Your instructions: Reproduce, from the lines below, exactly the stretch that begins at the line containing "#158=IFCINDEXEDPOLYGONALFACE((29,37,38,30));" and ends at the line containing "#160=IFCINDEXEDPOLYGONALFACE((33,34,42,41));", both included.

Listed entries:

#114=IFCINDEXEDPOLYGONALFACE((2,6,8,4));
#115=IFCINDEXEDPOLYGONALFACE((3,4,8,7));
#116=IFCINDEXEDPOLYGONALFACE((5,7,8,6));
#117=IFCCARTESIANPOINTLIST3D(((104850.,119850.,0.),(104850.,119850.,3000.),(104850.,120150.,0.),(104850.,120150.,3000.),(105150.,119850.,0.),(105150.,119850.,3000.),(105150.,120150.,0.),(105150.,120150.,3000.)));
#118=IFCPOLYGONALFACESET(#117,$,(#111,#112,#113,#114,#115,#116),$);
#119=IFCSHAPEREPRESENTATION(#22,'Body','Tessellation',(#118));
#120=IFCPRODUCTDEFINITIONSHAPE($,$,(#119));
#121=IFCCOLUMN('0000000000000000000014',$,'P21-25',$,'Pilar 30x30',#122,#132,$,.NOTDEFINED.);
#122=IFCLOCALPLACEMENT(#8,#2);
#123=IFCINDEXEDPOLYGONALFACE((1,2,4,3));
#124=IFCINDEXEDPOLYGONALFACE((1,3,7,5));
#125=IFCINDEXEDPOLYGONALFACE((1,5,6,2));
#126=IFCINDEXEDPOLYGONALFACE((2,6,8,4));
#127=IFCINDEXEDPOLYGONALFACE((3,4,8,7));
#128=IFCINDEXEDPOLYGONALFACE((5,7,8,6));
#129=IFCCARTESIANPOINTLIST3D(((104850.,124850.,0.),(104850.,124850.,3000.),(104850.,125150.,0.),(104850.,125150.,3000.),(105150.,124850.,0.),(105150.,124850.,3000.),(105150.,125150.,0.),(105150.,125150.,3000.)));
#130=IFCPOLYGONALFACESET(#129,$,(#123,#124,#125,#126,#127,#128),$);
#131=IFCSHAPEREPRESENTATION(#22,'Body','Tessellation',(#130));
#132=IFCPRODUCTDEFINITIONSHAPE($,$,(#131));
* * *
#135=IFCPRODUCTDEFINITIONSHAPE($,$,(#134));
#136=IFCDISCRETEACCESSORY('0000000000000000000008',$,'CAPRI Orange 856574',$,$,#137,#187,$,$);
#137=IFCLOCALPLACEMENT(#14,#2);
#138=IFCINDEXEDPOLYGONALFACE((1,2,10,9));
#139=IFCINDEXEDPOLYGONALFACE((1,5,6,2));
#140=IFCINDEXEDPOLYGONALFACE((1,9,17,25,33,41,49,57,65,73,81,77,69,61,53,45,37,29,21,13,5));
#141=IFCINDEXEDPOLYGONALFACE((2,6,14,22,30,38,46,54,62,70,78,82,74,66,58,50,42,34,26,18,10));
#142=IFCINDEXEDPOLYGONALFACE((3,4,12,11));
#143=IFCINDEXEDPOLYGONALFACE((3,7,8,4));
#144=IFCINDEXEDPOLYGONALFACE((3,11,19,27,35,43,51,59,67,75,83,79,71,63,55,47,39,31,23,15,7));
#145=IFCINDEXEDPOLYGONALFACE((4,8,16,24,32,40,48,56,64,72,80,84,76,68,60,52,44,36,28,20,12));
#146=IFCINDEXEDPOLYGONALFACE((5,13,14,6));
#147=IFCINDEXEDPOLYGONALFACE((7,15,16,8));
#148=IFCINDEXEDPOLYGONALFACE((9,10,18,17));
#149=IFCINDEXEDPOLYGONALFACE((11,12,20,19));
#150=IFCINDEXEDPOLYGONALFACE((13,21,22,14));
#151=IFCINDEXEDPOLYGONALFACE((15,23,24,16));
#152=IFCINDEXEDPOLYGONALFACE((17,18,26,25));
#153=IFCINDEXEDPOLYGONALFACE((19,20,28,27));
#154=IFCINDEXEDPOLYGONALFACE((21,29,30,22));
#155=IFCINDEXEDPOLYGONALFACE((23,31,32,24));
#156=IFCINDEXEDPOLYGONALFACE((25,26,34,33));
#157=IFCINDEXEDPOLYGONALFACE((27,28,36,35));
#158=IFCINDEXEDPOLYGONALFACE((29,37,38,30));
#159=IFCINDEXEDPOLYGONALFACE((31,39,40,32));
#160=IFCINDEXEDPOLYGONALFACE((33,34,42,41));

Exercise output:
#158=IFCINDEXEDPOLYGONALFACE((29,37,38,30));
#159=IFCINDEXEDPOLYGONALFACE((31,39,40,32));
#160=IFCINDEXEDPOLYGONALFACE((33,34,42,41));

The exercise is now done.